And those people? They showed up.
42 Votes. Let That Sink In.
I want to tell you about a local school board election that happened not too long ago right here in our community.
A local business owner, well-resourced and well-connected, ran against a young woman who didn’t have his money or his network. But she had something he didn’t. She understood this community. She knew the children in this district. She knew the struggles everyday families face because she had lived them herself.
She lost by 42 votes.
Forty. Two. Votes.
Sit with that number for a second. One neighborhood. One church congregation. One group of parents who decided to make some phone calls and give someone a ride to the polls. Any one of those things could have changed the entire outcome.

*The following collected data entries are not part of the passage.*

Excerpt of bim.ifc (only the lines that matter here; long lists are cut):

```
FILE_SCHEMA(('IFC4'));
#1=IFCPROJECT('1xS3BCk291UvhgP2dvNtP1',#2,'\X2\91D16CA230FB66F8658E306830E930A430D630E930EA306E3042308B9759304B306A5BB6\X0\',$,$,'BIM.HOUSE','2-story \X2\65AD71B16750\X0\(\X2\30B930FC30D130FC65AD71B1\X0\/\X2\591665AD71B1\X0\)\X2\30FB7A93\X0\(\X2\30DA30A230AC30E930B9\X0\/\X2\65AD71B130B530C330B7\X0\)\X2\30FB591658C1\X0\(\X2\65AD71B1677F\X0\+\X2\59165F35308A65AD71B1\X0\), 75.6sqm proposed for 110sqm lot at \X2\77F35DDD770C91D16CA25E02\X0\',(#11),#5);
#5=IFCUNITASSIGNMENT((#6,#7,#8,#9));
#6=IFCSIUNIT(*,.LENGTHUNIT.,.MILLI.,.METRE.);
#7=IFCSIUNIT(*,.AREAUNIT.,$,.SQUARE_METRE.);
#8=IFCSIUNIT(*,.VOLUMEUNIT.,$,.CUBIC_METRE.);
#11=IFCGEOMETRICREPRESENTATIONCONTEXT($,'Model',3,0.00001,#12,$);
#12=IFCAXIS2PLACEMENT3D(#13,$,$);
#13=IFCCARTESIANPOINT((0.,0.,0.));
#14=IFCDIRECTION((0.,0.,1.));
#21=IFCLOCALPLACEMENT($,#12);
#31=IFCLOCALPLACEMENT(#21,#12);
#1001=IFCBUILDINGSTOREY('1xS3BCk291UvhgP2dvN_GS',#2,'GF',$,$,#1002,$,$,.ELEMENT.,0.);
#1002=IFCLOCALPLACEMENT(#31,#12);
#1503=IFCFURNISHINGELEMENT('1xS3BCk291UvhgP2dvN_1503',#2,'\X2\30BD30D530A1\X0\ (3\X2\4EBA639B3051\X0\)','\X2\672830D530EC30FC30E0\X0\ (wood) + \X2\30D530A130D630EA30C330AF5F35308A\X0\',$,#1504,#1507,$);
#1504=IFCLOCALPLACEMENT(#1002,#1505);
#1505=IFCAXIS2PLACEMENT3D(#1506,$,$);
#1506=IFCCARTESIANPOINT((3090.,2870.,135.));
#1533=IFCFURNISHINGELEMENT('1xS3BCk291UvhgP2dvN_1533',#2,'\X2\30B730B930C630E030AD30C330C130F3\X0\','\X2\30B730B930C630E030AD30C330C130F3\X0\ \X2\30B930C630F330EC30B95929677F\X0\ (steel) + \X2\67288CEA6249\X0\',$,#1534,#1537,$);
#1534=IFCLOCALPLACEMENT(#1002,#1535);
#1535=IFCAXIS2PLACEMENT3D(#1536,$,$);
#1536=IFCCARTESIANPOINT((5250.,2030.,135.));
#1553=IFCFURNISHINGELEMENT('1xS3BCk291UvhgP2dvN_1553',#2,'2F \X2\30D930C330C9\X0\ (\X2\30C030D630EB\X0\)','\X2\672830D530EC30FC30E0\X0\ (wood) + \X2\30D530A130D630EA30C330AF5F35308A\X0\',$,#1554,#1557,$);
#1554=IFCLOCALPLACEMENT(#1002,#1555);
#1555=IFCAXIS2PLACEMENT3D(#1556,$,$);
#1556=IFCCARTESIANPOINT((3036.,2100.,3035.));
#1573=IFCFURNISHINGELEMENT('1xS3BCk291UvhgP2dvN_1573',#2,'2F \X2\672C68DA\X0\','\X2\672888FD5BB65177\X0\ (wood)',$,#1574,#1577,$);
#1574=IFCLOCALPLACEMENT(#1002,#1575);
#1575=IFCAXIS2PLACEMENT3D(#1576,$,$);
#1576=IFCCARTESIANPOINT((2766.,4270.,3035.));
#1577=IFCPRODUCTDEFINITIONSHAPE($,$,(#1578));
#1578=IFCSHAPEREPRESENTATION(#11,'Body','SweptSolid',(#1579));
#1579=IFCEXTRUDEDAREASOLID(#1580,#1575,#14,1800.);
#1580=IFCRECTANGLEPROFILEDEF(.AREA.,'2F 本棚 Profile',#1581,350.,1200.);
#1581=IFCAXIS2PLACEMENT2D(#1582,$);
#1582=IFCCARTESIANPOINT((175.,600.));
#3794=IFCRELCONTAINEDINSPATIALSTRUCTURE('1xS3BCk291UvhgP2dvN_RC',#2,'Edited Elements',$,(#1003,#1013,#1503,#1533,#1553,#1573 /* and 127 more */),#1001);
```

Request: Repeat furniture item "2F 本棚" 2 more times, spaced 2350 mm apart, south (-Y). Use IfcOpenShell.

```python
import numpy as np
import ifcopenshell
import ifcopenshell.api.geometry
import ifcopenshell.api.root
import ifcopenshell.util.element
import ifcopenshell.util.placement
import ifcopenshell.util.unit

model = ifcopenshell.open("bim.ifc")
unit_scale = ifcopenshell.util.unit.calculate_unit_scale(model)


def reuse_history(source, copy):
    """copy_class also copies each property set's owner history, people and application; keep the originals."""
    for rel in copy.IsDefinedBy:
        if rel.is_a("IfcRelDefinesByProperties") and (history := rel.RelatingPropertyDefinition.OwnerHistory):
            rel.RelatingPropertyDefinition.OwnerHistory = source.OwnerHistory
            ifcopenshell.util.element.remove_deep2(model, history)


source = model.by_guid("1xS3BCk291UvhgP2dvN_1573")
base = ifcopenshell.util.placement.get_local_placement(source.ObjectPlacement)
step = np.array([0.0, -1.0, 0.0]) * 2.35 / unit_scale

for i in range(1, 3):
    copy = ifcopenshell.api.root.copy_class(model, product=source)
    copy.Representation = ifcopenshell.util.element.copy_deep(
        model, source.Representation, exclude=["IfcGeometricRepresentationContext", "IfcRepresentationMap"]
    )
    reuse_history(source, copy)
    matrix = base.copy()
    matrix[:3, 3] += i * step
    print("added at", matrix[:3, 3].round(3) + 0.0)
    ifcopenshell.api.geometry.edit_object_placement(model, product=copy, matrix=matrix, is_si=False)

model.write("bim_v2.ifc")
```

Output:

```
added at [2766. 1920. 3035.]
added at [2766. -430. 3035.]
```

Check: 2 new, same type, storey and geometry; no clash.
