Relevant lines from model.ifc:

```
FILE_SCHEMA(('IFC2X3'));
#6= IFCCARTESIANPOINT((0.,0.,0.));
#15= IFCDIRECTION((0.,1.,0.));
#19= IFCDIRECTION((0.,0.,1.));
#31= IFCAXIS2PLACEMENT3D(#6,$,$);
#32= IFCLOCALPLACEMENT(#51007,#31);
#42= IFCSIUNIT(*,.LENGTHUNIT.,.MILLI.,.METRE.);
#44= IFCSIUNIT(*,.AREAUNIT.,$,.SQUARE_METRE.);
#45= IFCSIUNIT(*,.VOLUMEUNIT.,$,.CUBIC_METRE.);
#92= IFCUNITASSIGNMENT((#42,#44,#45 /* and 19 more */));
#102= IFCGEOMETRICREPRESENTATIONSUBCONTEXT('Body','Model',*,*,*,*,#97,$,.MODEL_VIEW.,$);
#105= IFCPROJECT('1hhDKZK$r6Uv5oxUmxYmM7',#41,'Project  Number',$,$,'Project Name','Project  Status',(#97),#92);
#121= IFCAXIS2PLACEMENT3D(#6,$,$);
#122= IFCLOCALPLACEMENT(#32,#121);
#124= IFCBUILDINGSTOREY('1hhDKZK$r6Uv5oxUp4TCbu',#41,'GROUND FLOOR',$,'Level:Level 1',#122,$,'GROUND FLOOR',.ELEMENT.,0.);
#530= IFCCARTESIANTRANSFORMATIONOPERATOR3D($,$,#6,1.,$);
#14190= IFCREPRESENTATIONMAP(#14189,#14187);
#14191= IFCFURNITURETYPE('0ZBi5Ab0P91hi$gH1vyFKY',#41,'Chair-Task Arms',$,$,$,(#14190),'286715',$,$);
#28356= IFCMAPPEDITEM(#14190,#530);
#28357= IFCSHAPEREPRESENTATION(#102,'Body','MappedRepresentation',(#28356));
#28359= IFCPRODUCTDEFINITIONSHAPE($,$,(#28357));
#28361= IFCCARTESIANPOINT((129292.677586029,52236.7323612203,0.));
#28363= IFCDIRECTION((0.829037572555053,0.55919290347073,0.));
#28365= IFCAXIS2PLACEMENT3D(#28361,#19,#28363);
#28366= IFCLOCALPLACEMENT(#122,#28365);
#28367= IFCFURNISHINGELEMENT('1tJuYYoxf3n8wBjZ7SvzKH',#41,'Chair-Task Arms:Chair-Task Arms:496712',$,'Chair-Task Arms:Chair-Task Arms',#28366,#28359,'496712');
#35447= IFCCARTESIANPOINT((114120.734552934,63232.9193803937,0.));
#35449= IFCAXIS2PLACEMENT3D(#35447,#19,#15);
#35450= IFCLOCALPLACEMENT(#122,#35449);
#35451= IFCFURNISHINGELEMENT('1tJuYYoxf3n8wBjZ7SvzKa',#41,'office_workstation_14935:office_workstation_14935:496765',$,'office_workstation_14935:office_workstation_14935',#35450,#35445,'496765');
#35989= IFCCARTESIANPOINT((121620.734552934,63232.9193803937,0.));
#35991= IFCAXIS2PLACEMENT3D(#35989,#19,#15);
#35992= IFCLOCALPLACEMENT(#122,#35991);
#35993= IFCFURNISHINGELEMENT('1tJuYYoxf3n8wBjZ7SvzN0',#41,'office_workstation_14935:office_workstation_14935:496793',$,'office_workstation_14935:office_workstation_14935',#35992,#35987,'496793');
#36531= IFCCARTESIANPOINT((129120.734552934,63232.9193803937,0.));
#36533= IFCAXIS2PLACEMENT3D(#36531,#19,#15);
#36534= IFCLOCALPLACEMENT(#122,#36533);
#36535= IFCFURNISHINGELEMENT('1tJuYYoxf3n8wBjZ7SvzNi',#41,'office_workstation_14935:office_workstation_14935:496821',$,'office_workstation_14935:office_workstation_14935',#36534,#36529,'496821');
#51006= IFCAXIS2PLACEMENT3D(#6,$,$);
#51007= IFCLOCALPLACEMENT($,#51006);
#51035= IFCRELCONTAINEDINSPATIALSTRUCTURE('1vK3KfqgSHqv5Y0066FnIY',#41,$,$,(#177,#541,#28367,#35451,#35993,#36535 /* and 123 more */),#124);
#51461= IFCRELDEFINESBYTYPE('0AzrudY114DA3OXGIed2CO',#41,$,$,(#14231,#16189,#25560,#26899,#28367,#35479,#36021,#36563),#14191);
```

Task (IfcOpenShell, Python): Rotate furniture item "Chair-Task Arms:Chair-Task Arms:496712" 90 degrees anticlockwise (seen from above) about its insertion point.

```python
import ifcopenshell
import ifcopenshell.api.geometry
import ifcopenshell.util.placement

model = ifcopenshell.open("model.ifc")

item = model.by_guid("1tJuYYoxf3n8wBjZ7SvzKH")
matrix = ifcopenshell.util.placement.get_local_placement(item.ObjectPlacement)
matrix = matrix @ ifcopenshell.util.placement.rotation(90, "Z")
ifcopenshell.api.geometry.edit_object_placement(model, product=item, matrix=matrix, is_si=False)

print(ifcopenshell.util.placement.get_local_placement(item.ObjectPlacement).round(3) + 0.0)

model.write("model_updated.ifc")
```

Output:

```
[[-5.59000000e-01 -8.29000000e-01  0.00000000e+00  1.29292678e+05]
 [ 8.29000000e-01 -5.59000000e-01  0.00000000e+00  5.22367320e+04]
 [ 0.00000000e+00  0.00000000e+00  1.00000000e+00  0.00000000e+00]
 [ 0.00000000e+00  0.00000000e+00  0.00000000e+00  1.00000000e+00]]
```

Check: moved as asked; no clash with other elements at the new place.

How many people stayed home that day thinking their vote didn’t matter? How many scrolled past the election notice on their phone and kept going? How many said “it’s just a school board” without realizing that school boards control what your child learns, who teaches them, how money gets spent, and what kind of future they’re being prepared for?
That is what apathy costs us. Forty-two votes.
They Are Watching Whether You Show Up
Here’s something that political insiders know but rarely say out loud.
When you don’t show up, they stop working for you.
It is not right. It is not fair. But it is the cold reality of how political power works. When elected officials see that certain communities consistently skip elections, skip town halls, and skip every opportunity to be heard, the message they receive is loud and clear. These people are not a priority.
So they focus their energy on the people who do show up. The ones who come to council meetings and ask uncomfortable questions. The ones who arrive with neighbors and friends and refuse to be brushed aside. The ones who make their presence impossible to ignore.
My family makes it a point to attend local events, community meetings, and public forums. And every single time, I notice the same thing. It is always the same people in the room. The same small group of committed citizens doing the work that an entire community should be sharing together.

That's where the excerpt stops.